Assignment: Starting with the line that contains "#98=IFCINDEXEDPOLYGONALFACE((2,6,8,4));" and stopping after the line that contains "#104=IFCPRODUCTDEFINITIONSHAPE($,$,(#103));", return each line below exactly as written, with no others.

↓↓↓

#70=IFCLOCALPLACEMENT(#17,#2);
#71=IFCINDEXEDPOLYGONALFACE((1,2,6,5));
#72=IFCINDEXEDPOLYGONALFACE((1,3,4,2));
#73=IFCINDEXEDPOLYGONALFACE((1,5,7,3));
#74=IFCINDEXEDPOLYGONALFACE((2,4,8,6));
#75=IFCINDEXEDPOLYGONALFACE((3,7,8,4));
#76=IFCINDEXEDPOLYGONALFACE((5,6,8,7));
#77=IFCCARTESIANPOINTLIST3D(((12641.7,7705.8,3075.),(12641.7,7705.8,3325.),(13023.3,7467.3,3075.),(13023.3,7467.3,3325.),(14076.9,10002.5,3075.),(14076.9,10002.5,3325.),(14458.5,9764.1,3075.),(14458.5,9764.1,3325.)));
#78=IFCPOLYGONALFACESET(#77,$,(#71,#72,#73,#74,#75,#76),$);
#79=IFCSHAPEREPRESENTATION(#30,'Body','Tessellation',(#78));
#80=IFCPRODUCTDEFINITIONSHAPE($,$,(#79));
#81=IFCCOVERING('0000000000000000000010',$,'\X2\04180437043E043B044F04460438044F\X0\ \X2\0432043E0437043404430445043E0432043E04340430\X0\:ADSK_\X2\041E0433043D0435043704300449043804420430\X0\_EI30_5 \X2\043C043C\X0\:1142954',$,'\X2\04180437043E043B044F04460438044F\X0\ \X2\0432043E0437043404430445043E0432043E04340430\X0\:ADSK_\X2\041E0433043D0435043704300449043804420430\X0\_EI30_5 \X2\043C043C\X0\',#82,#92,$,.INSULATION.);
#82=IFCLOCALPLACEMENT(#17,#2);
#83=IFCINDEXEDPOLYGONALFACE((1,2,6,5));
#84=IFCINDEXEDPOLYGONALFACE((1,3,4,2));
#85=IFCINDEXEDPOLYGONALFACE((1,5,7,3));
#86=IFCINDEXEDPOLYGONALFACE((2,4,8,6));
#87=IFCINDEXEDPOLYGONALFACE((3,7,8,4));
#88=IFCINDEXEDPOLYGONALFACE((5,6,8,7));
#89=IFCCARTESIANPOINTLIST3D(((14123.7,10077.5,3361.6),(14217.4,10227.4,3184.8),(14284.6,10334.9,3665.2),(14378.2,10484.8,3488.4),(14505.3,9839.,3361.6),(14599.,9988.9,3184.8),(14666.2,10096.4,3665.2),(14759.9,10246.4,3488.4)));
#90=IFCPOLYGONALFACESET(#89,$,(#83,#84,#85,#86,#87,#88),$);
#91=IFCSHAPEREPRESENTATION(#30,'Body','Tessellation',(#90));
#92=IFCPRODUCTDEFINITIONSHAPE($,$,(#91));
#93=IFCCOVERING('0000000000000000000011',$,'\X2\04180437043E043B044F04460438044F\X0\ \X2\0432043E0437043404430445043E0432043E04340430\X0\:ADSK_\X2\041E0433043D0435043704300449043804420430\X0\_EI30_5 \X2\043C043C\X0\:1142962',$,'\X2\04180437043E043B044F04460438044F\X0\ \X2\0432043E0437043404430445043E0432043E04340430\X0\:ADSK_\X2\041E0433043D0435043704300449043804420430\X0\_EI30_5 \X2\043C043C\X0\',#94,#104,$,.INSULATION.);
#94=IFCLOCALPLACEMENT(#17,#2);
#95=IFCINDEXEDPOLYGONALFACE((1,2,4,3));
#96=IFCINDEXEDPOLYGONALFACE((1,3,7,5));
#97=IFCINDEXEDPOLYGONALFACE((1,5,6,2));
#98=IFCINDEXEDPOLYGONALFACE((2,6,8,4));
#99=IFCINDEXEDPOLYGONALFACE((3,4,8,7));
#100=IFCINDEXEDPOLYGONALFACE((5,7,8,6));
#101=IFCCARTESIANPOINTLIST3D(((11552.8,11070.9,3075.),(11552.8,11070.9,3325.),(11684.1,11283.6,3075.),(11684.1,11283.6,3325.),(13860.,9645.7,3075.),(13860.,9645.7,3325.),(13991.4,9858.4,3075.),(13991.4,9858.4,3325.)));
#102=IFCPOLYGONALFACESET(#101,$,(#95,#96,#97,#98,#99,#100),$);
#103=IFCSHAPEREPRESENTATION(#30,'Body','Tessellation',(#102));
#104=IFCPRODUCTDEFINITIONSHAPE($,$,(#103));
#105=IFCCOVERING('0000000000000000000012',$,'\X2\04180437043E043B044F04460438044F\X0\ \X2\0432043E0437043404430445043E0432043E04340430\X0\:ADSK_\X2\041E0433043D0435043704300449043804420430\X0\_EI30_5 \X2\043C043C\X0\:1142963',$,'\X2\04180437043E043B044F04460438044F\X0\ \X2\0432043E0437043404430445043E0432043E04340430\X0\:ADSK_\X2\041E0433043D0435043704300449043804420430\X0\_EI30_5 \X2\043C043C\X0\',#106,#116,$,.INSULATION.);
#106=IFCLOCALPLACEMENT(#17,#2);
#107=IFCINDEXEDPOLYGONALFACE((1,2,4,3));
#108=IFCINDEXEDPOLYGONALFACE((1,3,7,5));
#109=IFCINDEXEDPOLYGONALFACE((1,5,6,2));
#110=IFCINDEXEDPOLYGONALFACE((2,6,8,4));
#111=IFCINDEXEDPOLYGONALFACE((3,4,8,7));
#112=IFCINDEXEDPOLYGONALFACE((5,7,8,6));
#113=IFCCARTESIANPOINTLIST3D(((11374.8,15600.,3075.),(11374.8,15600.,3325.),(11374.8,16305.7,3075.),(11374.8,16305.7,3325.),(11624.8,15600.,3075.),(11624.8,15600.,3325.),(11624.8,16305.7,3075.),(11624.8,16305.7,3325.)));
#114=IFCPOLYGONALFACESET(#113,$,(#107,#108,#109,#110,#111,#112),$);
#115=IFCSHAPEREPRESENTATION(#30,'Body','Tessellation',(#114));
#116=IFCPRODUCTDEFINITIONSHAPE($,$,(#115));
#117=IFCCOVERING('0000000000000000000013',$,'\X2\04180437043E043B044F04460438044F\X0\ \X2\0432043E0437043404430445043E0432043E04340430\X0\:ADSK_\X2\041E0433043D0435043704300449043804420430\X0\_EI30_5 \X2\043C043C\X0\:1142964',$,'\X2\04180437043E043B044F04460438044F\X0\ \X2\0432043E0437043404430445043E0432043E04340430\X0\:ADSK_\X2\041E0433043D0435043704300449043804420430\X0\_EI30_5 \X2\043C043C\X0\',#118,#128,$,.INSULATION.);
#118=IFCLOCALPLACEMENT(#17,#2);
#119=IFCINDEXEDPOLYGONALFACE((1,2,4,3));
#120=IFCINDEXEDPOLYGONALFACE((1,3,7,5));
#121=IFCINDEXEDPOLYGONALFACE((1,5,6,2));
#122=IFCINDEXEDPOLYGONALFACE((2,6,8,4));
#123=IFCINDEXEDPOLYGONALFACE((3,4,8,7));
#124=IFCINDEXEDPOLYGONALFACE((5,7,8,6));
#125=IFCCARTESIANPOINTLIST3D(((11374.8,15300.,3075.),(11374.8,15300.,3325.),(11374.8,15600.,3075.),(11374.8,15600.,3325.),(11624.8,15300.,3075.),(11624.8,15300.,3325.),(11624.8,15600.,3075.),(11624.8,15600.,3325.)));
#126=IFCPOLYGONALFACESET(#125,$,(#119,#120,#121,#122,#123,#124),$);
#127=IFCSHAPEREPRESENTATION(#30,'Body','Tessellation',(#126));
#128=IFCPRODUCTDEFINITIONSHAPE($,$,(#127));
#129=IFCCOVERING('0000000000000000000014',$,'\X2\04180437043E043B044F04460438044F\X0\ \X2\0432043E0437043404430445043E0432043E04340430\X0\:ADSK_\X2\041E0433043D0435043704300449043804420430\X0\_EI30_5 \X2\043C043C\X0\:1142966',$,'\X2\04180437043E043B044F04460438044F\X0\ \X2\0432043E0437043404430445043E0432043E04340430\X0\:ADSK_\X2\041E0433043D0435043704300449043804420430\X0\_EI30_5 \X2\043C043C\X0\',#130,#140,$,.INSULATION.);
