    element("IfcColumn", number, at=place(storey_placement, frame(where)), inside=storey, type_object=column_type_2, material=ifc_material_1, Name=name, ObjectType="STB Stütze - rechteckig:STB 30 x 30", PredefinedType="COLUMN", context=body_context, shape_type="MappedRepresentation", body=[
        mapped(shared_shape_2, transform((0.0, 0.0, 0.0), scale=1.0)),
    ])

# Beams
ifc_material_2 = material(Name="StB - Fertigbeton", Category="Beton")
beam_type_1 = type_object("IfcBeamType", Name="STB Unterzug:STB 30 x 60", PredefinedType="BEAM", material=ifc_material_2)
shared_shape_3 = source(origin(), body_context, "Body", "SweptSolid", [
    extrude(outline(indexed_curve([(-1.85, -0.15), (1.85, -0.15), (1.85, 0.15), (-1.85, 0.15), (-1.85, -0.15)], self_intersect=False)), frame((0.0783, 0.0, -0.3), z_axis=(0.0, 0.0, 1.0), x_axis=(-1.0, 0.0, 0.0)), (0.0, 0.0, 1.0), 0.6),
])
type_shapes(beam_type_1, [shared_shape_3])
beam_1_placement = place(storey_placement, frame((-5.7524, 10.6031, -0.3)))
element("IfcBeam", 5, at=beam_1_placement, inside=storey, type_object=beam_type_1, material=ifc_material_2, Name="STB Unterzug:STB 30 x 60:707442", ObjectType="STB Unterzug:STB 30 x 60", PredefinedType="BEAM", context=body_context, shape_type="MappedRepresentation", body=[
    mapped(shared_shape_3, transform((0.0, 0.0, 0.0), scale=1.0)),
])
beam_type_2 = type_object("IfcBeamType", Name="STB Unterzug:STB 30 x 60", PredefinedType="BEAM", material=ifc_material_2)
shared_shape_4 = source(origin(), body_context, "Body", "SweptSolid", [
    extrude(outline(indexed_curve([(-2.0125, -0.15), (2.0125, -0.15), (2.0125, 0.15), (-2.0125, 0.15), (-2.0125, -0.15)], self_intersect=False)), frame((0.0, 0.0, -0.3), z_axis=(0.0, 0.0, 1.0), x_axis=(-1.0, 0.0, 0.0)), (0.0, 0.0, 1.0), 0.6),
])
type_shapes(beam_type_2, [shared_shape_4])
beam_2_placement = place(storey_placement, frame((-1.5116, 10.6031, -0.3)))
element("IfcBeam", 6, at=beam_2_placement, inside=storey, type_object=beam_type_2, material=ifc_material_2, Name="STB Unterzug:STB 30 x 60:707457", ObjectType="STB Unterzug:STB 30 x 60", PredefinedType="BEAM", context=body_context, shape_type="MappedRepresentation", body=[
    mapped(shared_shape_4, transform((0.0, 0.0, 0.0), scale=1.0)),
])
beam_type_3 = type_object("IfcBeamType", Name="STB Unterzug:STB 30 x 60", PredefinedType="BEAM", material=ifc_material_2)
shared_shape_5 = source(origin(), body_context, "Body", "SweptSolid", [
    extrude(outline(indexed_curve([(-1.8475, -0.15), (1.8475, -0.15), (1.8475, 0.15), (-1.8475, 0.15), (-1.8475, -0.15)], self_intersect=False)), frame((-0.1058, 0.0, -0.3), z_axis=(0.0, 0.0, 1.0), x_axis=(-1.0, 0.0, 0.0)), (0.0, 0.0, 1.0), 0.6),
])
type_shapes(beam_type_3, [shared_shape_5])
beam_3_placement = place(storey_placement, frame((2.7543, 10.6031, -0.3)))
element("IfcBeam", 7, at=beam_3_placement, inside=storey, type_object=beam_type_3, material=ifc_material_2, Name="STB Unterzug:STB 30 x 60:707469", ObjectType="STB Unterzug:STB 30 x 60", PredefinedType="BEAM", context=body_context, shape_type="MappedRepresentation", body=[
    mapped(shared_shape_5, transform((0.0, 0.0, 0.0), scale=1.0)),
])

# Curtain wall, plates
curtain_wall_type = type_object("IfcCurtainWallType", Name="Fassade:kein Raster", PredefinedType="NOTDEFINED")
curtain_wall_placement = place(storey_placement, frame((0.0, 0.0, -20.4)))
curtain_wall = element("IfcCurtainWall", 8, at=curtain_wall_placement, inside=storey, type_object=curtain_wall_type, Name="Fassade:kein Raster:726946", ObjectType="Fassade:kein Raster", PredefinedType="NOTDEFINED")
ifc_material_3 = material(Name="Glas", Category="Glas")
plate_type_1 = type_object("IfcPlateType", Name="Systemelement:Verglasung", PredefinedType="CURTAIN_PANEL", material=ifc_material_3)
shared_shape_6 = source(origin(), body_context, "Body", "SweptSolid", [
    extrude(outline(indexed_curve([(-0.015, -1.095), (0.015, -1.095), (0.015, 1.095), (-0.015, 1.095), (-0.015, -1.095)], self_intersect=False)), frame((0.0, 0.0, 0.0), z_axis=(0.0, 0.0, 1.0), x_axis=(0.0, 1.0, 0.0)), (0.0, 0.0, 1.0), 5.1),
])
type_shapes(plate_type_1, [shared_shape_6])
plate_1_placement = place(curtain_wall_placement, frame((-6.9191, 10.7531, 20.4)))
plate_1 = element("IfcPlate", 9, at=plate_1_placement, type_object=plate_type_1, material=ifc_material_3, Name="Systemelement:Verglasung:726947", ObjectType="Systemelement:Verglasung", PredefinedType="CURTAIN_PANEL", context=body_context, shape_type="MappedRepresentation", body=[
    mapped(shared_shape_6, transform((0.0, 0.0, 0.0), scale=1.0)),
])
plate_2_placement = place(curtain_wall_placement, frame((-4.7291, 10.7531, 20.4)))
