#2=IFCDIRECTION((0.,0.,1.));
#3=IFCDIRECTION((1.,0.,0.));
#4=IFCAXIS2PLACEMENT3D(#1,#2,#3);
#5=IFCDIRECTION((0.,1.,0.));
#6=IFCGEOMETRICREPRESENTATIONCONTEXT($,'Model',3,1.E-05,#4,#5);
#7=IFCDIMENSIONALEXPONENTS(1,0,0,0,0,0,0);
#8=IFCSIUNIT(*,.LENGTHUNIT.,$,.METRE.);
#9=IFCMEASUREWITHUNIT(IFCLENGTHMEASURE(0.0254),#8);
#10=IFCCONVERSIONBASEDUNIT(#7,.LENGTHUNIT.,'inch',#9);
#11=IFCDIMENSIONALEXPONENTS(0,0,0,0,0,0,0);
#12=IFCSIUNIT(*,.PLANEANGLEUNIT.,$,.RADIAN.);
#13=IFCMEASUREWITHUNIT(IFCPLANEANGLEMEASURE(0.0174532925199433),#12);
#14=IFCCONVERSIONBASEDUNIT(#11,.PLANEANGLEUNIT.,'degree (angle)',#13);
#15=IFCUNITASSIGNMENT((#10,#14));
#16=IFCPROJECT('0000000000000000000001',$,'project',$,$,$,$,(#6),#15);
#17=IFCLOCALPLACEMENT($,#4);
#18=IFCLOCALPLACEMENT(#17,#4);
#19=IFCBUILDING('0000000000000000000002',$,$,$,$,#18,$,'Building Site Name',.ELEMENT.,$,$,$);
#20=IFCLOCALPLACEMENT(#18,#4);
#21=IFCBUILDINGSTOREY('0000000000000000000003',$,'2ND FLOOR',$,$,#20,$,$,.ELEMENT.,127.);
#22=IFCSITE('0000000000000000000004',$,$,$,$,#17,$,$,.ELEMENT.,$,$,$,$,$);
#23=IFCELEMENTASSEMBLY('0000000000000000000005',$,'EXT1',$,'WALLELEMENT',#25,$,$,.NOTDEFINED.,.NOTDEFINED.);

↑↑↑

Answer box:
#98=IFCINDEXEDPOLYGONALFACE((2,6,8,4));
#99=IFCINDEXEDPOLYGONALFACE((3,4,8,7));
#100=IFCINDEXEDPOLYGONALFACE((5,7,8,6));
#101=IFCCARTESIANPOINTLIST3D(((11552.8,11070.9,3075.),(11552.8,11070.9,3325.),(11684.1,11283.6,3075.),(11684.1,11283.6,3325.),(13860.,9645.7,3075.),(13860.,9645.7,3325.),(13991.4,9858.4,3075.),(13991.4,9858.4,3325.)));
#102=IFCPOLYGONALFACESET(#101,$,(#95,#96,#97,#98,#99,#100),$);
#103=IFCSHAPEREPRESENTATION(#30,'Body','Tessellation',(#102));
#104=IFCPRODUCTDEFINITIONSHAPE($,$,(#103));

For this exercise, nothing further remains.